Source information.

:::::

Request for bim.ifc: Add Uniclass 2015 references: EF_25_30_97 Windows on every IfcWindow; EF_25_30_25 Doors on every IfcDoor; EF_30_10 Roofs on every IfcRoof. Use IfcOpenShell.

First a look at what the model holds.

```python
import ifcopenshell

model = ifcopenshell.open("bim.ifc")
print(model.schema)
print("classifications:", [c.Name for c in model.by_type("IfcClassification")])
for ifc_class in ("IfcDoor", "IfcRoof", "IfcStair", "IfcWall", "IfcWindow"):
    print(ifc_class, len(model.by_type(ifc_class)))
```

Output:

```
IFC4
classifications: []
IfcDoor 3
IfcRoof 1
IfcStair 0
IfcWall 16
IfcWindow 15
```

```python
import ifcopenshell
import ifcopenshell.api.classification

model = ifcopenshell.open("bim.ifc")

system = ifcopenshell.api.classification.add_classification(model, classification="Uniclass 2015")

codes = {
    "IfcWindow": ("EF_25_30_97", "Windows"),
    "IfcDoor": ("EF_25_30_25", "Doors"),
    "IfcRoof": ("EF_30_10", "Roofs"),
}
for ifc_class, (code, name) in codes.items():
    products = model.by_type(ifc_class)
    ifcopenshell.api.classification.add_reference(
        model, products=products, classification=system, identification=code, name=name
    )
    print(code, len(products))

model.write("bim_v2.ifc")
```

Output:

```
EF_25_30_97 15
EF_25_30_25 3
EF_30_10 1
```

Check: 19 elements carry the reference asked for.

:::::

What is being asked.
Each line in the listing above is to be returned unchanged.

Your response.
Request for bim.ifc: Add Uniclass 2015 references: EF_25_30_97 Windows on every IfcWindow; EF_25_30_25 Doors on every IfcDoor; EF_30_10 Roofs on every IfcRoof. Use IfcOpenShell.

First a look at what the model holds.

```python
import ifcopenshell

model = ifcopenshell.open("bim.ifc")
print(model.schema)
print("classifications:", [c.Name for c in model.by_type("IfcClassification")])
for ifc_class in ("IfcDoor", "IfcRoof", "IfcStair", "IfcWall", "IfcWindow"):
    print(ifc_class, len(model.by_type(ifc_class)))
```

Output:

```
IFC4
classifications: []
IfcDoor 3
IfcRoof 1
IfcStair 0
IfcWall 16
IfcWindow 15
```

```python
import ifcopenshell
import ifcopenshell.api.classification

model = ifcopenshell.open("bim.ifc")

system = ifcopenshell.api.classification.add_classification(model, classification="Uniclass 2015")

codes = {
    "IfcWindow": ("EF_25_30_97", "Windows"),
    "IfcDoor": ("EF_25_30_25", "Doors"),
    "IfcRoof": ("EF_30_10", "Roofs"),
}
for ifc_class, (code, name) in codes.items():
    products = model.by_type(ifc_class)
    ifcopenshell.api.classification.add_reference(
        model, products=products, classification=system, identification=code, name=name
    )
    print(code, len(products))

model.write("bim_v2.ifc")
```

Output:

```
EF_25_30_97 15
EF_25_30_25 3
EF_30_10 1
```

Check: 19 elements carry the reference asked for.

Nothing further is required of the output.